枕は2つ並べて、お互い体感温度が違うので布団もそれぞれ掛ける枚数が違って、もちろんかなり窮屈だ。
先日の夜。2人とも仕事で疲れ果てていて早く眠りたいので、競うように寝室へ向かった。
彼の方が一足先にベッドへ飛び込む。
ベッドは占領され、私の枕と布団はフィールド外に投げ飛ばされた。彼はベッドの真ん中で自分の寝具を抱え込み私に横たわるスペースを与えない。腹立つ〜〜〜。私も陣地を奪おうと応戦する。
こういう小競り合いの茶番はしょっちゅうやるので慣れている。いつもだいたい1,2分で飽きて平和に就寝するところが、この日は違った。
5分以上経っても決着がつかない。このごろラグビーのワールドカップを観ていたせいだと思う。
彼をベッドから引きずり下ろそうと懸命にタックルする私、うつ伏せで踏ん張り耐える彼、本気のぶつかり合い、事実上の決勝戦。
さすがに2人とも呼吸が乱れてきて、それでもなおベッドに入れてもらえない。

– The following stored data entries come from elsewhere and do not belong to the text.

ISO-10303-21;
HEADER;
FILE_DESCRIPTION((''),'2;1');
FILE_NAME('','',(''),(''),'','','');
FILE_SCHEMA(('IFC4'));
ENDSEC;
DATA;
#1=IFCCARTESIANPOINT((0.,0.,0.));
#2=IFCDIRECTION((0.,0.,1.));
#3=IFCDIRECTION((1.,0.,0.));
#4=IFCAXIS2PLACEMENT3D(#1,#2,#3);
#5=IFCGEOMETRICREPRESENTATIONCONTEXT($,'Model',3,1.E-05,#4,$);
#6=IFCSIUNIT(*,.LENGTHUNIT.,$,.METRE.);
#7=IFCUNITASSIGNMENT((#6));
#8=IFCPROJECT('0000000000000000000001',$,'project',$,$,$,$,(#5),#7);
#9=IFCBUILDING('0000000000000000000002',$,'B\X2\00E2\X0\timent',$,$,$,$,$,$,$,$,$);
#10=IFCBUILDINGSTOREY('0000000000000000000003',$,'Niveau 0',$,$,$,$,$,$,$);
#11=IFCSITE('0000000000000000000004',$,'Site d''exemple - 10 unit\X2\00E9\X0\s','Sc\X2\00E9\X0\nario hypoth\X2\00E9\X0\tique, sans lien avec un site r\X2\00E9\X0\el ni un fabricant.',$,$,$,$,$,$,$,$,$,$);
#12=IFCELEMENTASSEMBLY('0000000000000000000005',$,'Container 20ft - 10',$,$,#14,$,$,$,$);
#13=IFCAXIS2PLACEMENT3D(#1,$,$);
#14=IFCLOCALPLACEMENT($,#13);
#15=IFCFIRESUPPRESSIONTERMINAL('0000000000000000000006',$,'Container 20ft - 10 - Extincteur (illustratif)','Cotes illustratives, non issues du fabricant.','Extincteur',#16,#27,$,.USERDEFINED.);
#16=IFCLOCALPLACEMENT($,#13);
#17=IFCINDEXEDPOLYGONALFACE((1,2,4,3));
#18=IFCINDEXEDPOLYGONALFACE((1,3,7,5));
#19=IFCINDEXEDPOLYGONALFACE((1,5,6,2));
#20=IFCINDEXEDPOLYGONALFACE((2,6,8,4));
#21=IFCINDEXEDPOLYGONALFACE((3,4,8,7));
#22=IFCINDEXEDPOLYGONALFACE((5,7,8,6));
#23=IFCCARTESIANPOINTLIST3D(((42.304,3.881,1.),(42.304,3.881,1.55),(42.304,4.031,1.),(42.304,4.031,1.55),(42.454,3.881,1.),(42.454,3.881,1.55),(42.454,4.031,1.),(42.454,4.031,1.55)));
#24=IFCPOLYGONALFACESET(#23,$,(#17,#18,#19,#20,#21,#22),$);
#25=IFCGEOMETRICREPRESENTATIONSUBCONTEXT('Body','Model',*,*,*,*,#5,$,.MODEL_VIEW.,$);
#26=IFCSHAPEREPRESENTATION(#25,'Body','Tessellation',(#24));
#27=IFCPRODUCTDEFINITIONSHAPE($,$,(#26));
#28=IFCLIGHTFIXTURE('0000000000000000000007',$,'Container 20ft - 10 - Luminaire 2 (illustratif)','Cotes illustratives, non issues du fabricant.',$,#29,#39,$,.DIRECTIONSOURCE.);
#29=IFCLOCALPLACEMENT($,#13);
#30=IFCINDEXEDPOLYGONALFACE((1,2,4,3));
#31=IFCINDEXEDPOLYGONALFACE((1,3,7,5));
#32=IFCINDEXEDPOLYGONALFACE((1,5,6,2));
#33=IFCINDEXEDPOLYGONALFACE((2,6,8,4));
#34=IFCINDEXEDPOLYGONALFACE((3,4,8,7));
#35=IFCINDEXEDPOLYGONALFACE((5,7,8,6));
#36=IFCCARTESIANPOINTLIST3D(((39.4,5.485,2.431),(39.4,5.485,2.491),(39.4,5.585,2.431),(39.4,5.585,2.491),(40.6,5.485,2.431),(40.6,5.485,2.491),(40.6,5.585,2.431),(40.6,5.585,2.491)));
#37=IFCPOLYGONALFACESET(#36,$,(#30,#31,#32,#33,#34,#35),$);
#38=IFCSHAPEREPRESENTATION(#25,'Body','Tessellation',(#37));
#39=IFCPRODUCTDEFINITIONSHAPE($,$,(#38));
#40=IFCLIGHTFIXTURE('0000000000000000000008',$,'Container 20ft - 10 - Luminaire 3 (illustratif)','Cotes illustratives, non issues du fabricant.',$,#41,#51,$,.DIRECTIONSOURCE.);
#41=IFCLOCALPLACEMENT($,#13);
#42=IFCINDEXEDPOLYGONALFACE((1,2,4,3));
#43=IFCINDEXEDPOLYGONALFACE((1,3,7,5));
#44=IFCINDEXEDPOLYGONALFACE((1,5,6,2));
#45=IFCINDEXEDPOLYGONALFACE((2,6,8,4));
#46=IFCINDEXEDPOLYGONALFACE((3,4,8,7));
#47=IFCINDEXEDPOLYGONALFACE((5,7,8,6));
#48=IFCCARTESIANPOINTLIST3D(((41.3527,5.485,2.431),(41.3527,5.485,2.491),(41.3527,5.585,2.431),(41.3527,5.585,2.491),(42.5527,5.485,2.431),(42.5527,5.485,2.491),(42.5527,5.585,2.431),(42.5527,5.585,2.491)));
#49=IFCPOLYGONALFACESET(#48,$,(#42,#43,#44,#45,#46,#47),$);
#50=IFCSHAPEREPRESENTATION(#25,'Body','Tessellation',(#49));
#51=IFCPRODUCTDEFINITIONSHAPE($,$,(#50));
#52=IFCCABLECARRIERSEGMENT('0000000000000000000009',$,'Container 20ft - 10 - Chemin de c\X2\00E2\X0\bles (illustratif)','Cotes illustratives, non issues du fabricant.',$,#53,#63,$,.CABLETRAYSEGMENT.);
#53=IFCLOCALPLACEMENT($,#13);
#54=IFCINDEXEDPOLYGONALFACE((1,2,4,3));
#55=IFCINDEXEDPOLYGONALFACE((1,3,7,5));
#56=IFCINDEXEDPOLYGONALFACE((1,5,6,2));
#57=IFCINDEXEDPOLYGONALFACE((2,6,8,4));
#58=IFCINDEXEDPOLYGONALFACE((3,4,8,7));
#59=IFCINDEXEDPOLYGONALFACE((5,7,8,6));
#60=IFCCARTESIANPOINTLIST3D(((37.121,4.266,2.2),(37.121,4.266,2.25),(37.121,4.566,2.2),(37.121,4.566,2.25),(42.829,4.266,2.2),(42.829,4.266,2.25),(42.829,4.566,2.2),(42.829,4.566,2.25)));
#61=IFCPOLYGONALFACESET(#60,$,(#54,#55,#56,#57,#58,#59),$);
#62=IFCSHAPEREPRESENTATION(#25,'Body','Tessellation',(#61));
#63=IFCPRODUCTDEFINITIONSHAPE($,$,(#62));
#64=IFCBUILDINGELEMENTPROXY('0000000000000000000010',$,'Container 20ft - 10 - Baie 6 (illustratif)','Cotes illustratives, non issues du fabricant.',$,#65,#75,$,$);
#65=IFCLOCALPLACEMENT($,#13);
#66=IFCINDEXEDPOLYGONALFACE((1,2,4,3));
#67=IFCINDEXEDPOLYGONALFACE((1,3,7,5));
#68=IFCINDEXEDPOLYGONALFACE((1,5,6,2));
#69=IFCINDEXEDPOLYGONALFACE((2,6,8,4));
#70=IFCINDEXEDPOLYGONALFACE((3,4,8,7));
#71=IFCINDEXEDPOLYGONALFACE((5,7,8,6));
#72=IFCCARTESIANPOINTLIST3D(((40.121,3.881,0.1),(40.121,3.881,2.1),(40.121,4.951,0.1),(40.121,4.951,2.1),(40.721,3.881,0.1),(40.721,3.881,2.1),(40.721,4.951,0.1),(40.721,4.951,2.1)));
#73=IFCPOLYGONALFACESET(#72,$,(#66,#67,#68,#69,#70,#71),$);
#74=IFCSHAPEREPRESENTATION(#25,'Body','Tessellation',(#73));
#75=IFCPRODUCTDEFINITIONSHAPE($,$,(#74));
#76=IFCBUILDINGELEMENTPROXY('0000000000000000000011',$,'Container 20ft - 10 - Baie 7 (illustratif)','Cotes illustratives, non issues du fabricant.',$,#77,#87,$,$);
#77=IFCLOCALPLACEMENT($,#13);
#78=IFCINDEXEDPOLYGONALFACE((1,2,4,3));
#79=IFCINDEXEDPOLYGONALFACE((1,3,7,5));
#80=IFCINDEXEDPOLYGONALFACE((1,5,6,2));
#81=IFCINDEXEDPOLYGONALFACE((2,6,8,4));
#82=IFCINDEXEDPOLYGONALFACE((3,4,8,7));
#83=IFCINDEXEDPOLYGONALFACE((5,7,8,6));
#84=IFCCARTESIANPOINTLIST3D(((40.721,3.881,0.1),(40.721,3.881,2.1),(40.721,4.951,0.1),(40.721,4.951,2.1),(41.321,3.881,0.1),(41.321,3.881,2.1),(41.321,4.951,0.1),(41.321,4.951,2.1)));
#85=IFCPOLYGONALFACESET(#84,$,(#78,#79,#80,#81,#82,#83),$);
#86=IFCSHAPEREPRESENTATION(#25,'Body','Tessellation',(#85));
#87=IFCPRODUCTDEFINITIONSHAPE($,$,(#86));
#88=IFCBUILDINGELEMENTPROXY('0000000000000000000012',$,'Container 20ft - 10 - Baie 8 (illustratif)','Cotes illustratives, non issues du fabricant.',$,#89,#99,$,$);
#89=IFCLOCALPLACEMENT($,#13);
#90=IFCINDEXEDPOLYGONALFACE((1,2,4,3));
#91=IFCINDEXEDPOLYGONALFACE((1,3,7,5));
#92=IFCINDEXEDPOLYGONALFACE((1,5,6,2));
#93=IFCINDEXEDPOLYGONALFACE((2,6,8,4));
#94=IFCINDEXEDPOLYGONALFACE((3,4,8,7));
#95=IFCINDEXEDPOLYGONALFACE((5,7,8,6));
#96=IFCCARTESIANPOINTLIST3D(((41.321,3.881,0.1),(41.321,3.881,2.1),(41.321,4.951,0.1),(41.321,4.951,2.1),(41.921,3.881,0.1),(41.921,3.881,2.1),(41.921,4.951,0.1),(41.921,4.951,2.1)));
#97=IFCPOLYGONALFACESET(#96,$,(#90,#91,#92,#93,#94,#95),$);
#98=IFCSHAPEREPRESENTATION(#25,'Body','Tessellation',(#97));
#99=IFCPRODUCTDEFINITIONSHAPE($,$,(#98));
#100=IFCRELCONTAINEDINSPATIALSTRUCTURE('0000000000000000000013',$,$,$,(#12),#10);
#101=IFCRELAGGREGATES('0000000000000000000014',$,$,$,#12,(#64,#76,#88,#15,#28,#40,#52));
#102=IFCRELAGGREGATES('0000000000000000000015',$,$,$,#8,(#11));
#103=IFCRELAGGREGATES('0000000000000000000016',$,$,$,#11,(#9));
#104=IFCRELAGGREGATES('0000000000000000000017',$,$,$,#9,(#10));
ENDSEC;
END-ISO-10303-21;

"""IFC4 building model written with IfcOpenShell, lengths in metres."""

from ifc_helpers import new_model, si_unit, frame, origin_with_axes, place, context, subcontext, project, spatial, rectangle, extrude, element, aggregate, save


model = new_model("IFC4")

# Units and contexts
model_context = context("Model", 3, precision=1e-05, world=origin_with_axes())
body_context = subcontext(model_context, "Body", "Model", "MODEL_VIEW")
ifc_project = project(units=[si_unit("LENGTHUNIT", "METRE")], contexts=[model_context])

# Site, building, storey
site = spatial("IfcSite", under=ifc_project, Name="Site d'exemple - 10 unités", Description="Scénario hypothétique, sans lien avec un site réel ni un fabricant.")
building = spatial("IfcBuilding", under=site, Name="Bâtiment")
storey = spatial("IfcBuildingStorey", under=building, Name="Niveau 0")

# Element assembly, fire suppression terminal, light fixtures, cable carrier segment, building element proxies
assembly = element("IfcElementAssembly", 1, inside=storey, Name="Container 20ft - 10")
fire_suppression_terminal_placement = place(None, frame((42.379, 3.956, 1.0), z_axis=(0.0, 0.0, 1.0), x_axis=(1.0, 0.0, 0.0)))
fire_suppression_terminal = element("IfcFireSuppressionTerminal", 2, at=fire_suppression_terminal_placement, Name="Container 20ft - 10 - Extincteur (illustratif)", Description="Cotes illustratives, non issues du fabricant.", ObjectType="Extincteur", PredefinedType="USERDEFINED", context=body_context, shape_type="SweptSolid", body=[
    extrude(rectangle(XDim=0.15, YDim=0.15), origin_with_axes(), (0.0, 0.0, 1.0), 0.55),
])
light_fixture_1_placement = place(None, frame((40.0, 5.535, 2.431), z_axis=(0.0, 0.0, 1.0), x_axis=(1.0, 0.0, 0.0)))
light_fixture_1 = element("IfcLightFixture", 3, at=light_fixture_1_placement, Name="Container 20ft - 10 - Luminaire 2 (illustratif)", Description="Cotes illustratives, non issues du fabricant.", PredefinedType="DIRECTIONSOURCE", context=body_context, shape_type="SweptSolid", body=[
    extrude(rectangle(XDim=1.2, YDim=0.1), origin_with_axes(), (0.0, 0.0, 1.0), 0.06),
])
light_fixture_2_placement = place(None, frame((41.9527, 5.535, 2.431), z_axis=(0.0, 0.0, 1.0), x_axis=(1.0, 0.0, 0.0)))
light_fixture_2 = element("IfcLightFixture", 4, at=light_fixture_2_placement, Name="Container 20ft - 10 - Luminaire 3 (illustratif)", Description="Cotes illustratives, non issues du fabricant.", PredefinedType="DIRECTIONSOURCE", context=body_context, shape_type="SweptSolid", body=[
    extrude(rectangle(XDim=1.2, YDim=0.1), origin_with_axes(), (0.0, 0.0, 1.0), 0.06),
])
cable_carrier_segment_placement = place(None, frame((39.975, 4.416, 2.2), z_axis=(0.0, 0.0, 1.0), x_axis=(1.0, 0.0, 0.0)))
cable_carrier_segment = element("IfcCableCarrierSegment", 5, at=cable_carrier_segment_placement, Name="Container 20ft - 10 - Chemin de câbles (illustratif)", Description="Cotes illustratives, non issues du fabricant.", PredefinedType="CABLETRAYSEGMENT", context=body_context, shape_type="SweptSolid", body=[
    extrude(rectangle(XDim=5.708, YDim=0.3), origin_with_axes(), (0.0, 0.0, 1.0), 0.05),
])
proxy_1_placement = place(None, frame((40.421, 4.416, 0.1), z_axis=(0.0, 0.0, 1.0), x_axis=(1.0, 0.0, 0.0)))
proxy_1 = element("IfcBuildingElementProxy", 6, at=proxy_1_placement, Name="Container 20ft - 10 - Baie 6 (illustratif)", Description="Cotes illustratives, non issues du fabricant.", context=body_context, shape_type="SweptSolid", body=[
    extrude(rectangle(XDim=0.6, YDim=1.07), origin_with_axes(), (0.0, 0.0, 1.0), 2.0),
])
proxy_2_placement = place(None, frame((41.021, 4.416, 0.1), z_axis=(0.0, 0.0, 1.0), x_axis=(1.0, 0.0, 0.0)))
proxy_2 = element("IfcBuildingElementProxy", 7, at=proxy_2_placement, Name="Container 20ft - 10 - Baie 7 (illustratif)", Description="Cotes illustratives, non issues du fabricant.", context=body_context, shape_type="SweptSolid", body=[
    extrude(rectangle(XDim=0.6, YDim=1.07), origin_with_axes(), (0.0, 0.0, 1.0), 2.0),
])
proxy_3_placement = place(None, frame((41.621, 4.416, 0.1), z_axis=(0.0, 0.0, 1.0), x_axis=(1.0, 0.0, 0.0)))
proxy_3 = element("IfcBuildingElementProxy", 8, at=proxy_3_placement, Name="Container 20ft - 10 - Baie 8 (illustratif)", Description="Cotes illustratives, non issues du fabricant.", context=body_context, shape_type="SweptSolid", body=[
    extrude(rectangle(XDim=0.6, YDim=1.07), origin_with_axes(), (0.0, 0.0, 1.0), 2.0),
])
aggregate(assembly, [proxy_1, proxy_2, proxy_3, fire_suppression_terminal, light_fixture_1, light_fixture_2, cable_carrier_segment])

save(model, "model.ifc")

なんなんだ。
埒があかないので、私は自分の布団を持って居間に逃げた。クッションに倒れ込み、そのままひとりで眠った。完全敗北。
もしかしたら彼は私になにか不満があって一緒に寝たくないと思い追い出したのかも、とか考えてちょっと落ち込んだ。後で聞いたら本当にただふざけて暴れていただけだった。まじでなんなんだ。
翌朝目が覚めると、これまでの人生でいちばん顔がむくんでいた。敗北のむくみ。
彼は久々にベッドを広々使えて寝心地がよかったらしい。腹立つ〜〜〜。
でもこういうのが実はいちばん楽しいので、しばらくダブルベッドにはしないと思う。